*Work instructions:* Set it all down exactly, every record and every line.

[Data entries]
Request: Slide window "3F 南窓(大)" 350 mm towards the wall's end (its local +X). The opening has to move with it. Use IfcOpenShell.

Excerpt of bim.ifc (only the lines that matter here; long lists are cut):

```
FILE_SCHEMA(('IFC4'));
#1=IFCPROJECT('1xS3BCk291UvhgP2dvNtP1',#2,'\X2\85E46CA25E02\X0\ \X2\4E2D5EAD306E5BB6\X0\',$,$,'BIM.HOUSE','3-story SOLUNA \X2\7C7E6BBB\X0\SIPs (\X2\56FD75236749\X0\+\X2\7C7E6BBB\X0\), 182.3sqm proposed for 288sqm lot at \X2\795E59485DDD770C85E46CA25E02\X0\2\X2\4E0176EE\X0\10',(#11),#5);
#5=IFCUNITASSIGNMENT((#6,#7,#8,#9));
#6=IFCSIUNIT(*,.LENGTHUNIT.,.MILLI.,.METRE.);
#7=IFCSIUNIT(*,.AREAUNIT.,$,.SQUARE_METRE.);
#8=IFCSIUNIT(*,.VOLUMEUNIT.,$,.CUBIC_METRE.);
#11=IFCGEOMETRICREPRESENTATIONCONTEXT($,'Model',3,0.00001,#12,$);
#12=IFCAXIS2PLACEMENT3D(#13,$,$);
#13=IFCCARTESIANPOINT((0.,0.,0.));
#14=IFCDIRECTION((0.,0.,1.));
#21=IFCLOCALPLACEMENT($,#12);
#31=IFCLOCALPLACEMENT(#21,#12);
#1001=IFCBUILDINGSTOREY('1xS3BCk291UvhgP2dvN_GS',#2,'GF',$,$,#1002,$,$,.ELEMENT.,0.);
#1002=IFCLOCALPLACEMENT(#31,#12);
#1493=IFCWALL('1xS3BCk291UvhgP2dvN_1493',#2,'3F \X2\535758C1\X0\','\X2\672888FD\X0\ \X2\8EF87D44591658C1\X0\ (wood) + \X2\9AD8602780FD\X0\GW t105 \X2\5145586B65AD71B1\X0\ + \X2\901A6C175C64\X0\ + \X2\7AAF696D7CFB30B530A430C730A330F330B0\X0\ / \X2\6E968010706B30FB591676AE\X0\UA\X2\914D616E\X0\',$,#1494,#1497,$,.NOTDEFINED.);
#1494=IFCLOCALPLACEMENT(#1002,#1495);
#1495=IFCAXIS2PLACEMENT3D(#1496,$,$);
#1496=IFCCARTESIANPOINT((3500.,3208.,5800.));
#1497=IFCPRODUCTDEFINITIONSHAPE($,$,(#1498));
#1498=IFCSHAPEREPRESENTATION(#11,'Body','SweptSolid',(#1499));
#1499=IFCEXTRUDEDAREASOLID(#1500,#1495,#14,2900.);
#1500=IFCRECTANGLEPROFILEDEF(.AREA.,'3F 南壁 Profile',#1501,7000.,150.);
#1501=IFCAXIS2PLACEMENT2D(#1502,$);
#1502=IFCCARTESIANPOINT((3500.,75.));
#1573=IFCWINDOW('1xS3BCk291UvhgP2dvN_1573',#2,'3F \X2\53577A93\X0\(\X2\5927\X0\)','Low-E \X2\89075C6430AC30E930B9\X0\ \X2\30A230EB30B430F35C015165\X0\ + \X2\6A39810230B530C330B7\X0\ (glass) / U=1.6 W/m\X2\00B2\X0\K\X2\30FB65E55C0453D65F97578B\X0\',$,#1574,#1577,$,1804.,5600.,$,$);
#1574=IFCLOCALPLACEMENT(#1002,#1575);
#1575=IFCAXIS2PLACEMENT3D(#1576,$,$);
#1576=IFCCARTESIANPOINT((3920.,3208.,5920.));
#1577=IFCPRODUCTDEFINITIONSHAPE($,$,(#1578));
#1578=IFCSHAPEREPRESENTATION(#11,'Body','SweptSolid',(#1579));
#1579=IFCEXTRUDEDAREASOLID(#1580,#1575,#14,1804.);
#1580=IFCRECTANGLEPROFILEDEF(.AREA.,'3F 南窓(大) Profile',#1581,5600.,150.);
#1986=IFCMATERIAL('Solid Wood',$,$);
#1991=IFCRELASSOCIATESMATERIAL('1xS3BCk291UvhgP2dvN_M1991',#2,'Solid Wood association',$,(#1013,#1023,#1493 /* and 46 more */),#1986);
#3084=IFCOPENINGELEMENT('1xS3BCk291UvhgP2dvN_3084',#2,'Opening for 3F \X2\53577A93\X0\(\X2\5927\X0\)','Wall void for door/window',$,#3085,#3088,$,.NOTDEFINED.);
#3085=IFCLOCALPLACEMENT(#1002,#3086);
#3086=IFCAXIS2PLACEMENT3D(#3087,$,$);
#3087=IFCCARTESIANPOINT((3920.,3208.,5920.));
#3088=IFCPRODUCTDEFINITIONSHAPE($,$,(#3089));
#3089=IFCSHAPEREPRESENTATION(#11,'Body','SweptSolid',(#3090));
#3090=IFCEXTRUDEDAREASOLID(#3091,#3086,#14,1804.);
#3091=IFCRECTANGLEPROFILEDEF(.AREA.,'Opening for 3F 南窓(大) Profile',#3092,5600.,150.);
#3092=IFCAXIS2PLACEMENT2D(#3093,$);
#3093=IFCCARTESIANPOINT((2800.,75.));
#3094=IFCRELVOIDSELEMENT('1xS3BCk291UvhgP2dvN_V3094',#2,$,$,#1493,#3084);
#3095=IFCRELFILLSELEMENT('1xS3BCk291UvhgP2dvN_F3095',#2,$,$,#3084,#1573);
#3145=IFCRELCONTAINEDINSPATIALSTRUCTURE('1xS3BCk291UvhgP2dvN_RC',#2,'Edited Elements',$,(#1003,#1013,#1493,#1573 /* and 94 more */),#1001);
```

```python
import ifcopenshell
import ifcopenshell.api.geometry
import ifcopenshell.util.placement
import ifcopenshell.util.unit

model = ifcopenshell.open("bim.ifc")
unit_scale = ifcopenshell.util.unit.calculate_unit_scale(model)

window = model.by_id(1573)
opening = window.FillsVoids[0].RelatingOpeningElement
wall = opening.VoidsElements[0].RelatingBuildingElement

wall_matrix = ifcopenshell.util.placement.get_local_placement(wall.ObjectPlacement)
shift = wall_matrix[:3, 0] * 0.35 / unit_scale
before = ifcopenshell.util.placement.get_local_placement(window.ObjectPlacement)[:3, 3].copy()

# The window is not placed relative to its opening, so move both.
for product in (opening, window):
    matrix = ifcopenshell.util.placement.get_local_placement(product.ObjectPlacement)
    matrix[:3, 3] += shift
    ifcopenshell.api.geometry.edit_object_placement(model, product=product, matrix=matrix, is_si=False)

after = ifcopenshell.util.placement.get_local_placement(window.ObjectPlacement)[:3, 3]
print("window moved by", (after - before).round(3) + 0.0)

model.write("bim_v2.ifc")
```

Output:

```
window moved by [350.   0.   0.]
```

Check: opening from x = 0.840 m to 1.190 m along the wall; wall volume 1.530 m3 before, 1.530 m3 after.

*Response to the task:*
Request: Slide window "3F 南窓(大)" 350 mm towards the wall's end (its local +X). The opening has to move with it. Use IfcOpenShell.

Excerpt of bim.ifc (only the lines that matter here; long lists are cut):

```
FILE_SCHEMA(('IFC4'));
#1=IFCPROJECT('1xS3BCk291UvhgP2dvNtP1',#2,'\X2\85E46CA25E02\X0\ \X2\4E2D5EAD306E5BB6\X0\',$,$,'BIM.HOUSE','3-story SOLUNA \X2\7C7E6BBB\X0\SIPs (\X2\56FD75236749\X0\+\X2\7C7E6BBB\X0\), 182.3sqm proposed for 288sqm lot at \X2\795E59485DDD770C85E46CA25E02\X0\2\X2\4E0176EE\X0\10',(#11),#5);
#5=IFCUNITASSIGNMENT((#6,#7,#8,#9));
#6=IFCSIUNIT(*,.LENGTHUNIT.,.MILLI.,.METRE.);
#7=IFCSIUNIT(*,.AREAUNIT.,$,.SQUARE_METRE.);
#8=IFCSIUNIT(*,.VOLUMEUNIT.,$,.CUBIC_METRE.);
#11=IFCGEOMETRICREPRESENTATIONCONTEXT($,'Model',3,0.00001,#12,$);
#12=IFCAXIS2PLACEMENT3D(#13,$,$);
#13=IFCCARTESIANPOINT((0.,0.,0.));
#14=IFCDIRECTION((0.,0.,1.));
#21=IFCLOCALPLACEMENT($,#12);
#31=IFCLOCALPLACEMENT(#21,#12);
#1001=IFCBUILDINGSTOREY('1xS3BCk291UvhgP2dvN_GS',#2,'GF',$,$,#1002,$,$,.ELEMENT.,0.);
#1002=IFCLOCALPLACEMENT(#31,#12);
#1493=IFCWALL('1xS3BCk291UvhgP2dvN_1493',#2,'3F \X2\535758C1\X0\','\X2\672888FD\X0\ \X2\8EF87D44591658C1\X0\ (wood) + \X2\9AD8602780FD\X0\GW t105 \X2\5145586B65AD71B1\X0\ + \X2\901A6C175C64\X0\ + \X2\7AAF696D7CFB30B530A430C730A330F330B0\X0\ / \X2\6E968010706B30FB591676AE\X0\UA\X2\914D616E\X0\',$,#1494,#1497,$,.NOTDEFINED.);
#1494=IFCLOCALPLACEMENT(#1002,#1495);
#1495=IFCAXIS2PLACEMENT3D(#1496,$,$);
#1496=IFCCARTESIANPOINT((3500.,3208.,5800.));
#1497=IFCPRODUCTDEFINITIONSHAPE($,$,(#1498));
#1498=IFCSHAPEREPRESENTATION(#11,'Body','SweptSolid',(#1499));
#1499=IFCEXTRUDEDAREASOLID(#1500,#1495,#14,2900.);
#1500=IFCRECTANGLEPROFILEDEF(.AREA.,'3F 南壁 Profile',#1501,7000.,150.);
#1501=IFCAXIS2PLACEMENT2D(#1502,$);
#1502=IFCCARTESIANPOINT((3500.,75.));
#1573=IFCWINDOW('1xS3BCk291UvhgP2dvN_1573',#2,'3F \X2\53577A93\X0\(\X2\5927\X0\)','Low-E \X2\89075C6430AC30E930B9\X0\ \X2\30A230EB30B430F35C015165\X0\ + \X2\6A39810230B530C330B7\X0\ (glass) / U=1.6 W/m\X2\00B2\X0\K\X2\30FB65E55C0453D65F97578B\X0\',$,#1574,#1577,$,1804.,5600.,$,$);
#1574=IFCLOCALPLACEMENT(#1002,#1575);
#1575=IFCAXIS2PLACEMENT3D(#1576,$,$);
#1576=IFCCARTESIANPOINT((3920.,3208.,5920.));
#1577=IFCPRODUCTDEFINITIONSHAPE($,$,(#1578));
#1578=IFCSHAPEREPRESENTATION(#11,'Body','SweptSolid',(#1579));
#1579=IFCEXTRUDEDAREASOLID(#1580,#1575,#14,1804.);
#1580=IFCRECTANGLEPROFILEDEF(.AREA.,'3F 南窓(大) Profile',#1581,5600.,150.);
#1986=IFCMATERIAL('Solid Wood',$,$);
#1991=IFCRELASSOCIATESMATERIAL('1xS3BCk291UvhgP2dvN_M1991',#2,'Solid Wood association',$,(#1013,#1023,#1493 /* and 46 more */),#1986);
#3084=IFCOPENINGELEMENT('1xS3BCk291UvhgP2dvN_3084',#2,'Opening for 3F \X2\53577A93\X0\(\X2\5927\X0\)','Wall void for door/window',$,#3085,#3088,$,.NOTDEFINED.);
#3085=IFCLOCALPLACEMENT(#1002,#3086);
#3086=IFCAXIS2PLACEMENT3D(#3087,$,$);
#3087=IFCCARTESIANPOINT((3920.,3208.,5920.));
#3088=IFCPRODUCTDEFINITIONSHAPE($,$,(#3089));
#3089=IFCSHAPEREPRESENTATION(#11,'Body','SweptSolid',(#3090));
#3090=IFCEXTRUDEDAREASOLID(#3091,#3086,#14,1804.);
#3091=IFCRECTANGLEPROFILEDEF(.AREA.,'Opening for 3F 南窓(大) Profile',#3092,5600.,150.);
#3092=IFCAXIS2PLACEMENT2D(#3093,$);
#3093=IFCCARTESIANPOINT((2800.,75.));
#3094=IFCRELVOIDSELEMENT('1xS3BCk291UvhgP2dvN_V3094',#2,$,$,#1493,#3084);
#3095=IFCRELFILLSELEMENT('1xS3BCk291UvhgP2dvN_F3095',#2,$,$,#3084,#1573);
#3145=IFCRELCONTAINEDINSPATIALSTRUCTURE('1xS3BCk291UvhgP2dvN_RC',#2,'Edited Elements',$,(#1003,#1013,#1493,#1573 /* and 94 more */),#1001);
```

```python
import ifcopenshell
import ifcopenshell.api.geometry
import ifcopenshell.util.placement
import ifcopenshell.util.unit

model = ifcopenshell.open("bim.ifc")
unit_scale = ifcopenshell.util.unit.calculate_unit_scale(model)

window = model.by_id(1573)
opening = window.FillsVoids[0].RelatingOpeningElement
wall = opening.VoidsElements[0].RelatingBuildingElement

wall_matrix = ifcopenshell.util.placement.get_local_placement(wall.ObjectPlacement)
shift = wall_matrix[:3, 0] * 0.35 / unit_scale
before = ifcopenshell.util.placement.get_local_placement(window.ObjectPlacement)[:3, 3].copy()

# The window is not placed relative to its opening, so move both.
for product in (opening, window):
    matrix = ifcopenshell.util.placement.get_local_placement(product.ObjectPlacement)
    matrix[:3, 3] += shift
    ifcopenshell.api.geometry.edit_object_placement(model, product=product, matrix=matrix, is_si=False)

after = ifcopenshell.util.placement.get_local_placement(window.ObjectPlacement)[:3, 3]
print("window moved by", (after - before).round(3) + 0.0)

model.write("bim_v2.ifc")
```

Output:

```
window moved by [350.   0.   0.]
```

Check: opening from x = 0.840 m to 1.190 m along the wall; wall volume 1.530 m3 before, 1.530 m3 after.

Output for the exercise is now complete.